In the so-called boarding process (fig. 11) the distribution of the passengers and the total (fig. 12 and 13 respectively) can be determined in similar manner using the transaction capacity and a camera 111, wherein use is made of the departure time of 10.00 hours.
In an area 140 (fig. 11) it is possible using a camera 141 on a square in a shopping centre, departure hall
of an airport and the like to determine the main direction as indicated with arrows in fig. 14. In the present case there are four main directions with possibilities of movement in both directions. With camera 144 (fig. 15) an image 150 or 151 (fig. 15) can for instance then be obtained with associated analysis (fig. 16) . Bottlenecks and jams among others events can hereby be automatically detected.
Fig. 17 also shows representations of specific analyses of the detected tracks. In the flow diagram of figure 18 is indicated from the object model and a camera how the blobs are found relative to the background model and how they are tracked, split/combined and how areas of blobs are tracked.

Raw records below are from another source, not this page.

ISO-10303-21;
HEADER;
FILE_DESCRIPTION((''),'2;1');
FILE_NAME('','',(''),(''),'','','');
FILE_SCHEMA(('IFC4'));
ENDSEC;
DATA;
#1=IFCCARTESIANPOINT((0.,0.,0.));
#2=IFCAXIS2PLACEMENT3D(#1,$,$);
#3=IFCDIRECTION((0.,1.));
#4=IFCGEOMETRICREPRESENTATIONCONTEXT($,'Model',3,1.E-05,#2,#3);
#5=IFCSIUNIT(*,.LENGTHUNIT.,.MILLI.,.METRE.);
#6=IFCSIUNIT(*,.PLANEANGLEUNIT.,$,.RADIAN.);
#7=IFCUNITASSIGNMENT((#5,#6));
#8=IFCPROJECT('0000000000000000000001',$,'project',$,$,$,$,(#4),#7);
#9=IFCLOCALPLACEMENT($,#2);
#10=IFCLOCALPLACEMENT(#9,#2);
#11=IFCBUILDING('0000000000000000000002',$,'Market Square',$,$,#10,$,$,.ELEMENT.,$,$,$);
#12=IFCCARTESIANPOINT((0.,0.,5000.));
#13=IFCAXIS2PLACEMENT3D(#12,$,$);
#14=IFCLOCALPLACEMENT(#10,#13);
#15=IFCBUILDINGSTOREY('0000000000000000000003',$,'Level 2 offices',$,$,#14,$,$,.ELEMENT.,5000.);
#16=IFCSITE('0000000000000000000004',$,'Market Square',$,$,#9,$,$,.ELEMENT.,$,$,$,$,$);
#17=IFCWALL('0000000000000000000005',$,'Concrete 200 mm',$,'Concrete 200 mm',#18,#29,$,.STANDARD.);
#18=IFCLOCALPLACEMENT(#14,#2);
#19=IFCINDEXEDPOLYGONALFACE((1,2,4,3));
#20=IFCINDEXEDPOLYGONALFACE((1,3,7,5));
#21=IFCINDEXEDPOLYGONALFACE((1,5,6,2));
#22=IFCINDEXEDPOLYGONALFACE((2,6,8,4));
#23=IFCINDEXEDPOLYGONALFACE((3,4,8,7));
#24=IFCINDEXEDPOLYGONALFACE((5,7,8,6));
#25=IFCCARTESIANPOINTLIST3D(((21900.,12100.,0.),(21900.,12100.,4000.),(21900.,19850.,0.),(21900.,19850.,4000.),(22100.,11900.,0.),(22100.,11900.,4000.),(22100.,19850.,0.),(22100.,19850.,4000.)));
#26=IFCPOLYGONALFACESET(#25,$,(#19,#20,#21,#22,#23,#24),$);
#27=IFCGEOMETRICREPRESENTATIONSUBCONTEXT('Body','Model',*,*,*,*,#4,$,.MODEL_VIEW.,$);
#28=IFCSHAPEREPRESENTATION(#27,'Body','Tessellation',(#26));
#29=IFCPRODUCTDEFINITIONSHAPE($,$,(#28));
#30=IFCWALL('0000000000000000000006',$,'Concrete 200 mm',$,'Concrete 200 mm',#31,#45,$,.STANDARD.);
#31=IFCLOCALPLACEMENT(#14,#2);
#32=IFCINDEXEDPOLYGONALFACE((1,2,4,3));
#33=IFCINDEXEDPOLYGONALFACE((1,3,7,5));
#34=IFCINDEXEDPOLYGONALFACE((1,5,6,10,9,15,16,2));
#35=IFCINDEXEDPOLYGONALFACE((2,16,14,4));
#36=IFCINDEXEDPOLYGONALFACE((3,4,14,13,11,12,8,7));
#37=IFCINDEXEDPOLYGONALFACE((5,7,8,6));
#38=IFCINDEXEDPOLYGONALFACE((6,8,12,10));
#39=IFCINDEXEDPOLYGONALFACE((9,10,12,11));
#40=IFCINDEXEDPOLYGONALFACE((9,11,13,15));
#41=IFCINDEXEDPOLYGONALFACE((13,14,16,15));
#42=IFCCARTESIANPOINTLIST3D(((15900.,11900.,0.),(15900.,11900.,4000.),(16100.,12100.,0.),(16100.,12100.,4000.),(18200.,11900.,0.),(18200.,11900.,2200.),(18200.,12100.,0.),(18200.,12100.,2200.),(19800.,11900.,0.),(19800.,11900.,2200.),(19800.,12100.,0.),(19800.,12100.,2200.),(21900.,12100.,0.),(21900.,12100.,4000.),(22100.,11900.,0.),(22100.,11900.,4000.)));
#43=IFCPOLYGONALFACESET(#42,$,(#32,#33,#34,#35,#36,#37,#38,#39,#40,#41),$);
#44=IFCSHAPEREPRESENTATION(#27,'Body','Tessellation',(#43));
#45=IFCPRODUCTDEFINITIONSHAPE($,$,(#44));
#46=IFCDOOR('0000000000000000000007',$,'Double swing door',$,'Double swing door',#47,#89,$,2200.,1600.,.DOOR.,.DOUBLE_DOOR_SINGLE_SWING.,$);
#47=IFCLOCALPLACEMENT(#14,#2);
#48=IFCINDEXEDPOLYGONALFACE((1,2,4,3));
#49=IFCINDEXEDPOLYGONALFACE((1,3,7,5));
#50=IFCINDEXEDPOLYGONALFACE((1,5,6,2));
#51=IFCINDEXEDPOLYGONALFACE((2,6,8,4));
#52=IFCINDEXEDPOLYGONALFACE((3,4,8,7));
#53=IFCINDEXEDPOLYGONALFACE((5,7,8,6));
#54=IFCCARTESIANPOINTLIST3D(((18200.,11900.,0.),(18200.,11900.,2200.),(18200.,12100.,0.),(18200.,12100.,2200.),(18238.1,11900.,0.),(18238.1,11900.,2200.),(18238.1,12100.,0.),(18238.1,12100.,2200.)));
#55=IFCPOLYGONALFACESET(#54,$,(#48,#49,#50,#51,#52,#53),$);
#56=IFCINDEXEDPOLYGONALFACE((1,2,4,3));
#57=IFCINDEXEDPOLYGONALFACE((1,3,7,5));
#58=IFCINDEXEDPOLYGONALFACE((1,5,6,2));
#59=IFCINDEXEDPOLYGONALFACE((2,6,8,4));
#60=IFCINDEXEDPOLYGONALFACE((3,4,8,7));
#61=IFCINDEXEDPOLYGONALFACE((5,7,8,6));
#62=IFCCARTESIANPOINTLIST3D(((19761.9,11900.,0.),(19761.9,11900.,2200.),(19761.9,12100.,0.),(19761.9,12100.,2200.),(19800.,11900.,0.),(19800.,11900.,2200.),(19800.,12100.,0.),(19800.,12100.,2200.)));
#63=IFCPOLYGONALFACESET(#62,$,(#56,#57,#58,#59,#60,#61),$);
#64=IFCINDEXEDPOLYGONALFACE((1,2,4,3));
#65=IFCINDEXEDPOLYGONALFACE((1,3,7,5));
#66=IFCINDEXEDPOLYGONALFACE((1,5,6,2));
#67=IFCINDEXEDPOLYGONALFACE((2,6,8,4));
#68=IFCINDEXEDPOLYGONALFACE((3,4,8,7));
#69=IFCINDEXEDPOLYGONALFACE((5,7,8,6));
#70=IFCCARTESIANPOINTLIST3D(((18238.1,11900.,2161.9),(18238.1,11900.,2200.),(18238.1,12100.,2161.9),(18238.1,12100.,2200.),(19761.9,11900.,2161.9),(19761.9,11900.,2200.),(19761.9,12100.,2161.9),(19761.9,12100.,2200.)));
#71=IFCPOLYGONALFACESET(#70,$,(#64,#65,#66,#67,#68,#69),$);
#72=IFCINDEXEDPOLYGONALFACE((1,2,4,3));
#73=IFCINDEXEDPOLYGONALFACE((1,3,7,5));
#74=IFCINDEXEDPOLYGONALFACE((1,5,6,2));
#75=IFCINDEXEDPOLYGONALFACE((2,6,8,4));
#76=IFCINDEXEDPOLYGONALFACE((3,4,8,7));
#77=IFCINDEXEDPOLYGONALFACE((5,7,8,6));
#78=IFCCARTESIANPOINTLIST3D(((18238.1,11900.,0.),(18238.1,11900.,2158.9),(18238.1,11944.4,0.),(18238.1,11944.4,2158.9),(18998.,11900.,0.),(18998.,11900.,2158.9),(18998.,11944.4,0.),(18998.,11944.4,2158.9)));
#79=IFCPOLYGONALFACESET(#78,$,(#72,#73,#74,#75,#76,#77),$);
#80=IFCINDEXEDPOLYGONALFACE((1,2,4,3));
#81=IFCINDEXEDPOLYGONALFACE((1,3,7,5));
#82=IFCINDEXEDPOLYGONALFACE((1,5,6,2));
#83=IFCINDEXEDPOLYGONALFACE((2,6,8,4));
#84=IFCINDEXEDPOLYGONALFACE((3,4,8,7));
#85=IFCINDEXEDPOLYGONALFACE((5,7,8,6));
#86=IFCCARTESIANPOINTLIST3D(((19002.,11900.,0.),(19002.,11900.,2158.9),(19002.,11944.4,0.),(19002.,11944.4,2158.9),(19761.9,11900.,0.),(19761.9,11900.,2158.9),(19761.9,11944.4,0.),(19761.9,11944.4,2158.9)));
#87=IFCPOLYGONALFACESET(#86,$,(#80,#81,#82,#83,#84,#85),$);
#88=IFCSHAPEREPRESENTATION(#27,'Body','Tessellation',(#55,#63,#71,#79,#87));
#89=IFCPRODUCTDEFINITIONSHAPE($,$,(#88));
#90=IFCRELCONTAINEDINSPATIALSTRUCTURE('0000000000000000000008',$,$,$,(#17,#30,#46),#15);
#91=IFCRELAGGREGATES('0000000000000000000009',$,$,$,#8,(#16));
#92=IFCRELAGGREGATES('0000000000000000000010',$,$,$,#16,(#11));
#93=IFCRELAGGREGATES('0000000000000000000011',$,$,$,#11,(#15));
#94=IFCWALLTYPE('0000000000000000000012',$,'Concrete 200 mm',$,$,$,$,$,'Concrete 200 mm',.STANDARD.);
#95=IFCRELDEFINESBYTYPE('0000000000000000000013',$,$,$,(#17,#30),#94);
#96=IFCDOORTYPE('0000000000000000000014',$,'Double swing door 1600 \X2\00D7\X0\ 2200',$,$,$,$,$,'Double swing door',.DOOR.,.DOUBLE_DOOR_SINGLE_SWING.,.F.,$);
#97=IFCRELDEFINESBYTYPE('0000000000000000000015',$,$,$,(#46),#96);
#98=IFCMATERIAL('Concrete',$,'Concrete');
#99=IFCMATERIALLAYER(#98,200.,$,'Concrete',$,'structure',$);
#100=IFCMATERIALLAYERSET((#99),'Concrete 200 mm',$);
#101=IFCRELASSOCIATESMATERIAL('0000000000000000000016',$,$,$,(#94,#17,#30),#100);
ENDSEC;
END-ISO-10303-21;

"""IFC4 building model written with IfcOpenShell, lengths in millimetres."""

from ifc_helpers import new_model, si_unit, direction, frame, origin, origin_with_axes, place, context, subcontext, project, spatial, polyline, outline, extrude, material, layer, layer_set, layer_usage, type_object, element, fill, save


model = new_model("IFC4")

# Units and contexts
model_context = context("Model", 3, precision=1e-05, world=origin(), true_north=direction((0.0, 1.0)))
body_context = subcontext(model_context, "Body", "Model", "MODEL_VIEW")
ifc_project = project(units=[si_unit("LENGTHUNIT", "METRE", prefix="MILLI"), si_unit("PLANEANGLEUNIT", "RADIAN")], contexts=[model_context])

# Site, building, storey
site_placement = place(None, origin())
site = spatial("IfcSite", under=ifc_project, at=site_placement, Name="Market Square", CompositionType="ELEMENT")
building_placement = place(site_placement, origin())
building = spatial("IfcBuilding", under=site, at=building_placement, Name="Market Square", CompositionType="ELEMENT")
storey_placement = place(building_placement, frame((0.0, 0.0, 5000.0)))
storey = spatial("IfcBuildingStorey", under=building, at=storey_placement, Name="Level 2 offices", CompositionType="ELEMENT", Elevation=5000.0)

# Wall
ifc_material_1 = material(Name="Concrete", Category="Concrete")
ifc_layer_1 = layer(ifc_material_1, 200.0, Name="Concrete", Category="structure")
ifc_layer_set_1 = layer_set([ifc_layer_1], Name="Concrete 200 mm")
ifc_layer_usage_1 = layer_usage(ifc_layer_set_1, "AXIS2", "NEGATIVE", 100.0)
wall_type_1 = type_object("IfcWallType", Name="Concrete 200 mm", ElementType="Concrete 200 mm", PredefinedType="STANDARD", material=ifc_layer_set_1)
wall_1_placement = place(storey_placement, frame((22000.0, 12000.0, 0.0), z_axis=(0.0, 0.0, 1.0), x_axis=(0.0, 1.0, 0.0)))
element("IfcWall", 1, at=wall_1_placement, inside=storey, type_object=wall_type_1, material=ifc_layer_usage_1, Name="Concrete 200 mm", ObjectType="Concrete 200 mm", PredefinedType="STANDARD", context=body_context, shape_type="SweptSolid", body=[
    extrude(outline(polyline([(-100.0, -100.0), (7850.0, -100.0), (7850.0, 100.0), (100.0, 100.0), (-100.0, -100.0)])), origin(), (0.0, 0.0, 1.0), 4000.0),
])

# Wall, opening, door
ifc_layer_usage_2 = layer_usage(ifc_layer_set_1, "AXIS2", "NEGATIVE", 100.0)
wall_2_placement = place(storey_placement, frame((16000.0, 12000.0, 0.0), z_axis=(0.0, 0.0, 1.0), x_axis=(1.0, 0.0, 0.0)))
wall_2 = element("IfcWall", 2, at=wall_2_placement, inside=storey, type_object=wall_type_1, material=ifc_layer_usage_2, Name="Concrete 200 mm", ObjectType="Concrete 200 mm", PredefinedType="STANDARD", context=body_context, shape_type="SweptSolid", body=[
    extrude(outline(polyline([(-100.0, -100.0), (6100.0, -100.0), (5900.0, 100.0), (100.0, 100.0), (-100.0, -100.0)])), origin(), (0.0, 0.0, 1.0), 4000.0),
])
opening_1_placement = place(wall_2_placement, frame((2200.0, 0.0, 0.0), z_axis=(0.0, 0.0, 1.0), x_axis=(1.0, 0.0, 0.0)))
opening_1 = element("IfcOpeningElement", 3, at=opening_1_placement, cuts=wall_2, PredefinedType="OPENING", context=body_context, shape_type="SweptSolid", body=[
    extrude(outline(polyline([(0.0, -110.0), (1600.0, -110.0), (1600.0, 110.0), (0.0, 110.0), (0.0, -110.0)])), origin(), (0.0, 0.0, 1.0), 2200.0),
])
door_type = type_object("IfcDoorType", Name="Double swing door 1600 × 2200", ElementType="Double swing door", OperationType="DOUBLE_DOOR_SINGLE_SWING", ParameterTakesPrecedence=False, PredefinedType="DOOR")
door_placement = place(opening_1_placement, origin_with_axes())
door = element("IfcDoor", 4, at=door_placement, inside=storey, type_object=door_type, Name="Double swing door", ObjectType="Double swing door", OperationType="DOUBLE_DOOR_SINGLE_SWING", OverallHeight=2200.0, OverallWidth=1600.0, PredefinedType="DOOR", context=body_context, shape_type="SweptSolid", body=[
    extrude(outline(polyline([(0.0, -100.0), (38.1, -100.0), (38.1, 100.0), (0.0, 100.0), (0.0, -100.0)])), origin(), (0.0, 0.0, 1.0), 2200.0),
    extrude(outline(polyline([(1561.9, -100.0), (1600.0, -100.0), (1600.0, 100.0), (1561.9, 100.0), (1561.9, -100.0)])), origin(), (0.0, 0.0, 1.0), 2200.0),
    extrude(outline(polyline([(38.1, -100.0), (1561.9, -100.0), (1561.9, 100.0), (38.1, 100.0), (38.1, -100.0)])), frame((0.0, 0.0, 2161.9)), (0.0, 0.0, 1.0), 38.1),
    extrude(outline(polyline([(38.1, -100.0), (798.0, -100.0), (798.0, -55.5), (38.1, -55.5), (38.1, -100.0)])), origin(), (0.0, 0.0, 1.0), 2158.9),
    extrude(outline(polyline([(802.0, -100.0), (1561.9, -100.0), (1561.9, -55.5), (802.0, -55.5), (802.0, -100.0)])), origin(), (0.0, 0.0, 1.0), 2158.9),
])
fill(opening_1, door)

save(model, "model.ifc")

Fig. 19A, B, C, D, E, F show the different options: 19A two cameras at two different points in time; 19B a single camera with a single image; 19C multiple cameras with a single image; 19D multiple cameras with other sensors and a single image; 19E overlapping multiple images with two or more cameras; and
19F multiple cameras, multiple, non-overlapping images .
Fig. 20 shows the modules required for the basic principle.

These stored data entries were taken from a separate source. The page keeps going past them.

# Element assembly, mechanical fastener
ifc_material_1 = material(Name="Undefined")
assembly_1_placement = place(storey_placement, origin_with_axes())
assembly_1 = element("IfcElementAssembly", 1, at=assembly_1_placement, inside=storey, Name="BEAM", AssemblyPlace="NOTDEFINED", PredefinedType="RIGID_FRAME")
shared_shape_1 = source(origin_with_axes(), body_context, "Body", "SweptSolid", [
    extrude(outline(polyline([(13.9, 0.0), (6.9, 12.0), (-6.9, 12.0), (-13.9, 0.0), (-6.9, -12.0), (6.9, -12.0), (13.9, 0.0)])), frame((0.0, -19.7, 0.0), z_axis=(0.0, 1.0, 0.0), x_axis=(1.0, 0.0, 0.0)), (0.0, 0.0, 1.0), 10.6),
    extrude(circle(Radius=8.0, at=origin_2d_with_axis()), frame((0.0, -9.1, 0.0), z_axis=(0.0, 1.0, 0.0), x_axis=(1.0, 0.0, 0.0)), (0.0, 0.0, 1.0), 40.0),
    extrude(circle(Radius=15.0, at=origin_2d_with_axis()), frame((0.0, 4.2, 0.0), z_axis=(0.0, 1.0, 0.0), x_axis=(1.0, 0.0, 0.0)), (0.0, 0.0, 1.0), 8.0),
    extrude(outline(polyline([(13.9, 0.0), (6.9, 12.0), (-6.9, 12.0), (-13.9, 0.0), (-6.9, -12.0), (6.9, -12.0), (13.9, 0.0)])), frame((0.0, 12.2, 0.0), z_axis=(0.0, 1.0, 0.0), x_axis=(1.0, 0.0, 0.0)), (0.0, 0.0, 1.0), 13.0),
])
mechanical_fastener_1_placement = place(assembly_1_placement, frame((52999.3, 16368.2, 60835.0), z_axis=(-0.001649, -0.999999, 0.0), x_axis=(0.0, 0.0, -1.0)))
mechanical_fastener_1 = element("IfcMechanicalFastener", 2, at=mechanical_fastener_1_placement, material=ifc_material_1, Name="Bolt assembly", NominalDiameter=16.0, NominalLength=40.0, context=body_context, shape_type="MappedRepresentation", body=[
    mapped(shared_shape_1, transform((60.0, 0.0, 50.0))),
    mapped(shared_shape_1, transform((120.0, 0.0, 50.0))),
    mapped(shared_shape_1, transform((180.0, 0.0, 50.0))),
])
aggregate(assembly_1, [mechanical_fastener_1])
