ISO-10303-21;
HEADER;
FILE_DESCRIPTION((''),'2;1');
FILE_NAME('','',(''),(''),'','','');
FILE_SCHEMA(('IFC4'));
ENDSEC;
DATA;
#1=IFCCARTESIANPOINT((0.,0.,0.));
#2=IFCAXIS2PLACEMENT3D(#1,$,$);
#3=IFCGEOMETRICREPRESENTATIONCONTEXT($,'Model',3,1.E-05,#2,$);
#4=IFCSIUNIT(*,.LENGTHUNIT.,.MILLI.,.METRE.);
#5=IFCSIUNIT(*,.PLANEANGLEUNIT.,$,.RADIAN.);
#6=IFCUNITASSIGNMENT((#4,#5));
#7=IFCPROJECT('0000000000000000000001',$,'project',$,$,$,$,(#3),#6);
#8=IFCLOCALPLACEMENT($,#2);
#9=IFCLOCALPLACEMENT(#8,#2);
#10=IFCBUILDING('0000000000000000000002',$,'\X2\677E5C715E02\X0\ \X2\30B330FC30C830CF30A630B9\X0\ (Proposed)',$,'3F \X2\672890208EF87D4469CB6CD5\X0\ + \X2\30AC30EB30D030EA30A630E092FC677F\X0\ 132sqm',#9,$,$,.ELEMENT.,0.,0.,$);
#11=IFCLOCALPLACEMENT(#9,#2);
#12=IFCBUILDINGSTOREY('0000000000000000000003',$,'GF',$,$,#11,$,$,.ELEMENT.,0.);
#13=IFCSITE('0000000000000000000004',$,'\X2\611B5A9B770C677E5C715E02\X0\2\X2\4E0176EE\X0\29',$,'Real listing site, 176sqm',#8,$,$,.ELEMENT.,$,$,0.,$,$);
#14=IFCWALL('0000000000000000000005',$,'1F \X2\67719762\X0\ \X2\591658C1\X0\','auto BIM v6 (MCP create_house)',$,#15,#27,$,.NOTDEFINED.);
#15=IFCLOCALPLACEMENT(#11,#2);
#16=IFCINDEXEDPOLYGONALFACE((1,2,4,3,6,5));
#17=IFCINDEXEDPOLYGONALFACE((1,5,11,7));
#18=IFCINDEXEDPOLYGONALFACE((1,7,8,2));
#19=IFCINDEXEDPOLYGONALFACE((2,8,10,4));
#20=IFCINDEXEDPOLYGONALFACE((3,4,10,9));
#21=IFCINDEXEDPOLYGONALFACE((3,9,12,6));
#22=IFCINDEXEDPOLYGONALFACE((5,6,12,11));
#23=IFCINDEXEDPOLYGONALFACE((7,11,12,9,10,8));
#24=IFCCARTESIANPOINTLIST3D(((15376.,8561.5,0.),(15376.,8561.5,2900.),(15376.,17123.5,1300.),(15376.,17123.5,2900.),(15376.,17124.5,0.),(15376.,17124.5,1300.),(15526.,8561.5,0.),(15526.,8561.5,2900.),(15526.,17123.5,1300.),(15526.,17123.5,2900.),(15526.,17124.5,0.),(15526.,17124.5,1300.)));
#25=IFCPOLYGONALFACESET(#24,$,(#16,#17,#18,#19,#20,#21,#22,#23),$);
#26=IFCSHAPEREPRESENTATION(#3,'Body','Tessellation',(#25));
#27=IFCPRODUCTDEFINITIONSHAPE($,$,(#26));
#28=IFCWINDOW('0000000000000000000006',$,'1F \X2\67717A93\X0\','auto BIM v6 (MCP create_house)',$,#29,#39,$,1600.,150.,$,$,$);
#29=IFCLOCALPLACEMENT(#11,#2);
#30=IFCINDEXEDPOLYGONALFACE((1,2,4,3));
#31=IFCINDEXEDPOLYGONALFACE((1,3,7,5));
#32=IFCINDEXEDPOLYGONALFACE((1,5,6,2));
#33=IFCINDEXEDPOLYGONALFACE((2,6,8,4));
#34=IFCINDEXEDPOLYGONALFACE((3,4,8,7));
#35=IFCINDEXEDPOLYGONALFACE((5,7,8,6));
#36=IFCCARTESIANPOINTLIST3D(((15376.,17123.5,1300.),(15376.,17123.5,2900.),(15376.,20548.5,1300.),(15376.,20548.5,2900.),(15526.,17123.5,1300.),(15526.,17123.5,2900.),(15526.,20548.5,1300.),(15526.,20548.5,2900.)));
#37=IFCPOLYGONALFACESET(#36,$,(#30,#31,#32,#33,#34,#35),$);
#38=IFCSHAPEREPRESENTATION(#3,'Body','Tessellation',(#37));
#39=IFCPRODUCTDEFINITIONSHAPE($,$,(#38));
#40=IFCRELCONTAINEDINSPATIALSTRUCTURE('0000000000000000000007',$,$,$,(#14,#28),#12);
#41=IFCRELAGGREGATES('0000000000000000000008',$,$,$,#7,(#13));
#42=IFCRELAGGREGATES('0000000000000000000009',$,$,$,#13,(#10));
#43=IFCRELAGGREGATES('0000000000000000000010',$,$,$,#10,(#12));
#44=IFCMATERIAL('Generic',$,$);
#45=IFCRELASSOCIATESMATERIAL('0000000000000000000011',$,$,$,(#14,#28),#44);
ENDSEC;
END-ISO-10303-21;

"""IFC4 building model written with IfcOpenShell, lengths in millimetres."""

from ifc_helpers import new_model, si_unit, frame, frame_2d, origin, place, context, project, spatial, rectangle, extrude, material, element, fill, save


model = new_model("IFC4")

# Units and contexts
model_context = context("Model", 3, precision=1e-05, world=origin())
ifc_project = project(units=[si_unit("LENGTHUNIT", "METRE", prefix="MILLI"), si_unit("PLANEANGLEUNIT", "RADIAN")], contexts=[model_context])

# Site, building, storey
site_placement = place(None, origin())
site = spatial("IfcSite", under=ifc_project, at=site_placement, Name="愛媛県松山市2丁目29", ObjectType="Real listing site, 176sqm", CompositionType="ELEMENT", RefElevation=0.0)
building_placement = place(site_placement, origin())
building = spatial("IfcBuilding", under=site, at=building_placement, Name="松山市 コートハウス (Proposed)", ObjectType="3F 木造軸組構法 + ガルバリウム鋼板 132sqm", CompositionType="ELEMENT", ElevationOfRefHeight=0.0, ElevationOfTerrain=0.0)
storey_placement = place(building_placement, origin())
storey = spatial("IfcBuildingStorey", under=building, at=storey_placement, Name="GF", CompositionType="ELEMENT", Elevation=0.0)

# Shared definitions
ifc_material = material(Name="Generic")

# Wall, opening, window
wall_1_placement = place(storey_placement, frame((7688.0, 4281.0, 0.0)))
wall_1 = element("IfcWall", 1, at=wall_1_placement, inside=storey, material=ifc_material, Name="1F 東面 外壁", Description="auto BIM v6 (MCP create_house)", PredefinedType="NOTDEFINED", context=model_context, shape_type="SweptSolid", body=[
    extrude(rectangle(XDim=150.0, YDim=8563.0, at=frame_2d((75.0, 4281.0))), frame((7688.0, 4281.0, 0.0)), (0.0, 0.0, 1.0), 2900.0),
])
opening_1_placement = place(storey_placement, frame((7688.0, 8562.0, 650.0)))
opening_1 = element("IfcOpeningElement", 2, at=opening_1_placement, cuts=wall_1, PredefinedType="NOTDEFINED", context=model_context, shape_type="SweptSolid", body=[
    extrude(rectangle(XDim=150.0, YDim=3425.0, at=frame_2d((75.0, 1712.0))), frame((7688.0, 8562.0, 650.0)), (0.0, 0.0, 1.0), 1600.0),
])
window_1_placement = place(storey_placement, frame((7688.0, 8562.0, 650.0)))
window_1 = element("IfcWindow", 3, at=window_1_placement, inside=storey, material=ifc_material, Name="1F 東窓", Description="auto BIM v6 (MCP create_house)", OverallHeight=1600.0, OverallWidth=150.0, context=model_context, shape_type="SweptSolid", body=[
    extrude(rectangle(XDim=150.0, YDim=3425.0, at=frame_2d((75.0, 1712.0))), frame((7688.0, 8562.0, 650.0)), (0.0, 0.0, 1.0), 1600.0),
])
fill(opening_1, window_1)

save(model, "model.ifc")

Fig. 21 shows a camera application 210 at a vending machine, coffee machine or the like, wherein a specific person I is recognized and a sound signal is generated in order to provide this known person with the correct coffee or to present his/her desired product. This application can also be seen in fig. 22A, while in fig. 22B the camera observes that a group of young people approaching the camera could be interested in a new drink.

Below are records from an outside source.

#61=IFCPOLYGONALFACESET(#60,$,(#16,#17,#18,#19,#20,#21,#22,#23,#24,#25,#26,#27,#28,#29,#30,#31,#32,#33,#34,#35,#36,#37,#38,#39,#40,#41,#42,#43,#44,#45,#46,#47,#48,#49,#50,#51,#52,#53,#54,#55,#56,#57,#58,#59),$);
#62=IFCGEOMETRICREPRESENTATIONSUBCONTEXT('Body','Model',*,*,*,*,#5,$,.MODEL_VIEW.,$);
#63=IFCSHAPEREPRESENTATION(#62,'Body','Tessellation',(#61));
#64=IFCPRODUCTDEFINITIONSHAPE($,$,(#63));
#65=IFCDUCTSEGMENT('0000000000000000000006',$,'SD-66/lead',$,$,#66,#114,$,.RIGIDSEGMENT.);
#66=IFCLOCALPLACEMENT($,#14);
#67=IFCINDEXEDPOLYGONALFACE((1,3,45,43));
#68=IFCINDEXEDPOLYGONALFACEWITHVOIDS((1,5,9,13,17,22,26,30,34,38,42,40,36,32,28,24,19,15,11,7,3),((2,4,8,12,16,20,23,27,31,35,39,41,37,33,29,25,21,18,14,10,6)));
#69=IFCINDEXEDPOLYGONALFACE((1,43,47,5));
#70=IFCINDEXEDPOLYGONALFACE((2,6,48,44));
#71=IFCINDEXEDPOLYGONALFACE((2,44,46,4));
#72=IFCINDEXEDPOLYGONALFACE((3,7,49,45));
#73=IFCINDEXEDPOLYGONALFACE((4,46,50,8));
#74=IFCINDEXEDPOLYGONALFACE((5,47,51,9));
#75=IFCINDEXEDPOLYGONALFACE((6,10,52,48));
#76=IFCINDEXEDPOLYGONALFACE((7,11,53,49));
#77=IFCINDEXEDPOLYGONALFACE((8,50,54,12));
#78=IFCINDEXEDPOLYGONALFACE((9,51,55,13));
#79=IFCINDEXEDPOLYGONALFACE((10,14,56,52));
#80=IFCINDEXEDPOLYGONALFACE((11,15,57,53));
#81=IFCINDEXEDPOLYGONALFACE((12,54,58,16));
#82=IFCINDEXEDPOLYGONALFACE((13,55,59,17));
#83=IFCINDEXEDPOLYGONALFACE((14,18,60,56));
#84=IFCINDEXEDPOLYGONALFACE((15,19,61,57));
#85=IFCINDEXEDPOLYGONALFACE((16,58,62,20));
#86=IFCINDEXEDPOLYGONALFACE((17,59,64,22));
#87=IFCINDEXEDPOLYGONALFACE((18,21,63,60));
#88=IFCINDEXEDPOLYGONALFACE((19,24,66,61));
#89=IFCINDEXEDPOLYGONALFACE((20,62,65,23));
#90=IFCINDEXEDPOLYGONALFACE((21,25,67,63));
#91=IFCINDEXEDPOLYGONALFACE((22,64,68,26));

Through the co-action of two cameras 241 and 242, for instance using a mirror 243 (fig. 24), wherein one of the cameras has an infrared sensitivity, a luggage trolley can for instance be filtered out relative to a person. The SPI application software has a developed functionality with which shadow detection can be realized. Shadow detection is important because shadow areas can disrupt the measurements (shadow is seen in that case as a moving object/person) . It is generally the case that shadow pixels should not be considered as different from the background.
Shadow detection is realized for pixels where a great difference is to be found with the background model. The pixel colour is compared to the colour of the background pixel. Point of departure is that the available colour information (red, green, blue) of a shadow pixel remains unchanged and that the colour intensity decreases for a shadow pixel (e.g. the same colour red, but darker) . In addition to inspection at pixel level, the surrounding structure is then also inspected. If in the vicinity of the possible candidate shadow pixel the surrounding pixels all have the same structure as in the background model (display the same image) , of which only the intensity is darker, the pixel is then classified as shadow.